Transport in the Republic of Congo  includes land, air and water modes. Over  of paved roads are in use. The two international airports are Maya-Maya Airport and Pointe Noire Airport. 

The country also has a large port on the Atlantic Ocean at Pointe-Noire, others along the Congo River at Brazzaville and Impfondo.

Railways

The 510 km Congo-Ocean Railway connects Brazzaville and Pointe-Noire. The road uses a 1.067-m gauge.

Timeline
In 2003, concessioning occurred.

In 2006, rail service was suspended by floods and oil shortages.

On 12 April 2007, a South Korean consortium agreed to build a new 800 km railway in the Congo-Brazzaville Republic in return for timber concessions.  The railway would connect Brazzaville to Ouesso in the northwest Sangha region.  A two-year feasibility study would take place before a final agreement with the government and starting construction work on the railway.

Highways
Highways span 23,324 km. 3,111 km are paved.

17,000 km of the Congo's railways are classified as national, departmental, and routes of local interest. 6,324 km are non-classified routes.

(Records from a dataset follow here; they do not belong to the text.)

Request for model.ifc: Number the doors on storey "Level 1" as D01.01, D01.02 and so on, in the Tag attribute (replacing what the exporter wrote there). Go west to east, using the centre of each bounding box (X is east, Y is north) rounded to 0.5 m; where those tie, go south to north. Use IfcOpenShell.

First a look at what the model holds.

```python
import ifcopenshell
import ifcopenshell.util.element
import ifcopenshell.util.placement

model = ifcopenshell.open("model.ifc")
print(model.schema)
storey = next(s for s in model.by_type("IfcBuildingStorey") if s.Name == "Level 1")
doors = [e for e in ifcopenshell.util.element.get_decomposition(storey) if e.is_a("IfcDoor")]
for e in sorted(doors, key=lambda e: e.id()):
    origin = ifcopenshell.util.placement.get_local_placement(e.ObjectPlacement)[:3, 3]
    print(e.id(), e.Tag, e.Name, origin.round(2) + 0.0, sep=" | ")
```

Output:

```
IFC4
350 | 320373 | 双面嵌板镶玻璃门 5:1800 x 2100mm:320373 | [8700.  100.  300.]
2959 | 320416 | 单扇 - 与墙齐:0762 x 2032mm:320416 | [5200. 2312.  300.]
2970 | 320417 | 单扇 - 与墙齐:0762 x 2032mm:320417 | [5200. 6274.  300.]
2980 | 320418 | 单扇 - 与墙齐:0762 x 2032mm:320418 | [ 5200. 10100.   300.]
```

```python
import ifcopenshell
import ifcopenshell.geom
import ifcopenshell.util.element
import ifcopenshell.util.shape

model = ifcopenshell.open("model.ifc")
settings = ifcopenshell.geom.settings()
settings.set("use-world-coords", True)


def centre(element):
    shape = ifcopenshell.geom.create_shape(settings, element)
    return ifcopenshell.util.shape.get_bbox_centroid(shape.geometry)


storey = next(s for s in model.by_type("IfcBuildingStorey") if s.Name == "Level 1")
doors = [e for e in ifcopenshell.util.element.get_decomposition(storey) if e.is_a("IfcDoor")]

# Insertion points can sit at a corner or the storey origin, so sort by the geometry (in metres).
centres = {e: centre(e) for e in doors}
doors.sort(key=lambda e: (round(centres[e][0] / 0.5), centres[e][1]))

for i, e in enumerate(doors, start=1):
    number = f"D01.{i:02d}"
    e.Tag = number
    print(e.id(), number)

model.write("model_edited.ifc")
```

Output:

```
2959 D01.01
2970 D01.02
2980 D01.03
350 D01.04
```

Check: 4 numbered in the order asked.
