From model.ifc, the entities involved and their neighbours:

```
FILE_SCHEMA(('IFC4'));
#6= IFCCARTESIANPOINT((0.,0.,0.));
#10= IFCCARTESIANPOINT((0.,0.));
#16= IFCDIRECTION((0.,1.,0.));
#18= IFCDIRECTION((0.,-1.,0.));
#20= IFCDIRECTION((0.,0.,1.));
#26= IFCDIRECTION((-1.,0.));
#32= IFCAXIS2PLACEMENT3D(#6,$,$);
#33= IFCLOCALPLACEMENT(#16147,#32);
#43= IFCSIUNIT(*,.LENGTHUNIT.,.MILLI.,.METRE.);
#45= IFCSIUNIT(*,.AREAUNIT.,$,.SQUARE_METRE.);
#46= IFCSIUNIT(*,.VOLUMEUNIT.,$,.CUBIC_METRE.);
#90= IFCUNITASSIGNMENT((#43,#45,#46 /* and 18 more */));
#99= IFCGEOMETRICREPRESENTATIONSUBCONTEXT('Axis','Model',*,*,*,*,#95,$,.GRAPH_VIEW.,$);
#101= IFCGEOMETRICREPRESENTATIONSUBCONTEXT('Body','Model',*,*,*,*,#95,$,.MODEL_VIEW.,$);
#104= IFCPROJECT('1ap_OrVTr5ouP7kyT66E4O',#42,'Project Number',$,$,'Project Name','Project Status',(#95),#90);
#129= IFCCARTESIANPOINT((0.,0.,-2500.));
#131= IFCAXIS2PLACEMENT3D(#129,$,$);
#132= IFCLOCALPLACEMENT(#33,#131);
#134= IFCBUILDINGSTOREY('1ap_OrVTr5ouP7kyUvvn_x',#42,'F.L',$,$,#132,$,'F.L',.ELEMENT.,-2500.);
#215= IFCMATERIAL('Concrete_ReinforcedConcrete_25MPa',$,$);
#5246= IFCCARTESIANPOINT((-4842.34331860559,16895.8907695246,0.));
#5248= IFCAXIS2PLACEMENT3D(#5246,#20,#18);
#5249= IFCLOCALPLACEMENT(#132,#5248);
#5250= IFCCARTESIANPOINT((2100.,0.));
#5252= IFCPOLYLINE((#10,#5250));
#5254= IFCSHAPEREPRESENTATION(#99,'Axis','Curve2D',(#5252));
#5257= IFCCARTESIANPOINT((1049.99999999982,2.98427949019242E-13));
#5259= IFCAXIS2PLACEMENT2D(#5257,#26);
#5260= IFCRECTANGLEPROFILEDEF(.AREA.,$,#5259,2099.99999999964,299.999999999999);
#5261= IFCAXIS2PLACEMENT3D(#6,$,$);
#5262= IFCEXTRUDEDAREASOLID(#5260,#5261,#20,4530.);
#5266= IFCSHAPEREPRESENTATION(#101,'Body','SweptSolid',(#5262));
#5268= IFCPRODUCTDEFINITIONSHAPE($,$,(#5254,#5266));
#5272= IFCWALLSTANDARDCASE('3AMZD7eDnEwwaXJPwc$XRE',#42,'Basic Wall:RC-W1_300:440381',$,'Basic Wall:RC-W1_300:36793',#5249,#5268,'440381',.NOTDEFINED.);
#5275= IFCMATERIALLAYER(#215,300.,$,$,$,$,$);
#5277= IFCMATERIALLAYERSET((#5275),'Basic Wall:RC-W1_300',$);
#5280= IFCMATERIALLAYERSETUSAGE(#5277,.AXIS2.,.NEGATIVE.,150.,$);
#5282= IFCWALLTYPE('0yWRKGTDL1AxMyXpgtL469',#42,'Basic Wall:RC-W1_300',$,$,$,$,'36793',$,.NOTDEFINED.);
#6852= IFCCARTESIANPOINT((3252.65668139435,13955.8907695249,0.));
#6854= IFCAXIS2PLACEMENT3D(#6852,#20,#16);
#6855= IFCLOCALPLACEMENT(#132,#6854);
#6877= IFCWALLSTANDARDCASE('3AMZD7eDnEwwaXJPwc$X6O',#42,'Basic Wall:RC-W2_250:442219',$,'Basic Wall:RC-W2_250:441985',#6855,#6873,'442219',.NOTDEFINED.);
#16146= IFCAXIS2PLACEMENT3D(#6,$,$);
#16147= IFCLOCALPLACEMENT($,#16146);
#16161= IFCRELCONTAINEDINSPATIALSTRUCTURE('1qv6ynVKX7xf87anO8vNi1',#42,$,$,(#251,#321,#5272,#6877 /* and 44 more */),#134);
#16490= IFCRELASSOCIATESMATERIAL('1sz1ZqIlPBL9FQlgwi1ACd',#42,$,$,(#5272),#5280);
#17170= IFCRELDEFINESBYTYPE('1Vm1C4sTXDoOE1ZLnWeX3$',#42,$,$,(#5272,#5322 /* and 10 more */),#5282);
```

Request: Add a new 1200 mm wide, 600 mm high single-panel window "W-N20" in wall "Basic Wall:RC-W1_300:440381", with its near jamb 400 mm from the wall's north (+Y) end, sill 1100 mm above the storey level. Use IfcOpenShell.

```python
import numpy as np
import ifcopenshell
import ifcopenshell.api.feature
import ifcopenshell.api.geometry
import ifcopenshell.api.root
import ifcopenshell.api.spatial
import ifcopenshell.geom
import ifcopenshell.util.element
import ifcopenshell.util.placement
import ifcopenshell.util.representation
import ifcopenshell.util.shape
import ifcopenshell.util.unit

model = ifcopenshell.open("model.ifc")
unit_scale = ifcopenshell.util.unit.calculate_unit_scale(model)
settings = ifcopenshell.geom.settings()


def volume(element):
    """Net volume in cubic metres, openings subtracted."""
    shape = ifcopenshell.geom.create_shape(settings, element)
    return ifcopenshell.util.shape.get_volume(shape.geometry)


wall = model.by_guid("3AMZD7eDnEwwaXJPwc$XRE")
storey = ifcopenshell.util.element.get_container(wall, ifc_class="IfcBuildingStorey")
context = ifcopenshell.util.representation.get_context(model, "Model", "Body", "MODEL_VIEW")
before = volume(wall)

width, height, from_end, sill = 1.2, 0.6, 0.4, 1.1  # metres

# The wall runs along its own X axis, and the end named is its -X end.
wall_shape = ifcopenshell.geom.create_shape(settings, wall)
x, y, z = ifcopenshell.util.shape.get_vertices(wall_shape.geometry).T
start = x.min() + from_end
face, thickness = float(y.min()), float(y.max() - y.min())
wall_matrix = ifcopenshell.util.placement.get_local_placement(wall.ObjectPlacement)
level = ifcopenshell.util.placement.get_local_placement(storey.ObjectPlacement)[2, 3]


def in_wall(x, y):
    """Placement at x, y metres in the wall's axes, at sill height."""
    matrix = wall_matrix.copy()
    matrix[:, 3] = wall_matrix @ np.array([x / unit_scale, y / unit_scale, 0.0, 1.0])
    matrix[2, 3] = level + sill / unit_scale
    return matrix


# Opening: a box that overshoots both wall faces by 50 mm.
opening = ifcopenshell.api.root.create_entity(model, ifc_class="IfcOpeningElement", predefined_type="OPENING")
box = ifcopenshell.api.geometry.add_wall_representation(
    model, context=context, length=width, height=height, thickness=thickness + 0.1
)
ifcopenshell.api.geometry.assign_representation(model, product=opening, representation=box)
ifcopenshell.api.geometry.edit_object_placement(model, product=opening, matrix=in_wall(start, face - 0.05), is_si=False)
ifcopenshell.api.feature.add_feature(model, feature=opening, element=wall)

window = ifcopenshell.api.root.create_entity(model, ifc_class="IfcWindow", name="W-N20", predefined_type="WINDOW")
window.OverallWidth, window.OverallHeight = width / unit_scale, height / unit_scale
window.PartitioningType = "SINGLE_PANEL"
body = ifcopenshell.api.geometry.add_window_representation(
    model,
    context=context,
    overall_width=window.OverallWidth,
    overall_height=window.OverallHeight,
    partition_type="SINGLE_PANEL",
)
ifcopenshell.api.geometry.assign_representation(model, product=window, representation=body)
ifcopenshell.api.spatial.assign_container(model, products=[window], relating_structure=storey)
ifcopenshell.api.feature.add_filling(model, opening=opening, element=window)

# Centre the window in the wall's thickness.
ifcopenshell.api.geometry.edit_object_placement(model, product=window, matrix=in_wall(start, face), is_si=False)
window_shape = ifcopenshell.geom.create_shape(settings, window)
depth = ifcopenshell.util.shape.get_vertices(window_shape.geometry)[:, 1]
offset = face + thickness / 2 - (depth.min() + depth.max()) / 2
ifcopenshell.api.geometry.edit_object_placement(model, product=window, matrix=in_wall(start, offset), is_si=False)

after = volume(wall)

print(f"wall volume {before:.3f} -> {after:.3f} m3")

model.write("model-out.ifc")
```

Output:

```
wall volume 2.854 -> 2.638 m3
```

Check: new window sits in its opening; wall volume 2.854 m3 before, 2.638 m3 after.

The National Highway Network includes:

N1 Brazzaville - Kinkala - Dolisie - Pointe Noire
N2 Brazzaville - Owando - Ouésso
N3 Dolisie - Border with Gabon

Waterways

The Congo and Ubangi (Oubangui) rivers provide 1,120 km of commercially navigable water transport. Other rivers are used for local traffic.

Pipelines
The country has oil (982 km), gas (232 km) and liquid petroleum gas (4km) pipeline networks.

Ports and harbours

Atlantic Ocean
Pointe-Noire (Major seaport)

Congo River
Brazzaville (River port)
Impfondo
Djeno (Oil terminal)

Other rivers
Oyo

Sangha River
Ouesso

Air

The Republic of the Congo has two international airports: Maya-Maya Airport in Brazzaville and Pointe Noire Airport. As of June 2014, six airlines operated between the two airports. Both airports had direct flights to Addis Ababa, Abidjan, Casablanca, Cotonou, Douala, Libreville, Johannesburg, and Paris. Maya-Maya Airport is served by more airlines than Pointe Noire and had direct flights to various other destinations in Africa and the Middle East.

The country hosts 8 airports with paved runways. Five have runways shorter than 2,437 meters. 1 is less than 3,047 meters, while 2 have longer runways.Ten airports have unpaved runways. Two have runways shorter than 914 meters. Nine have runways shorter than 1,523 meters, while 8 have runways as long as 2,437 meters.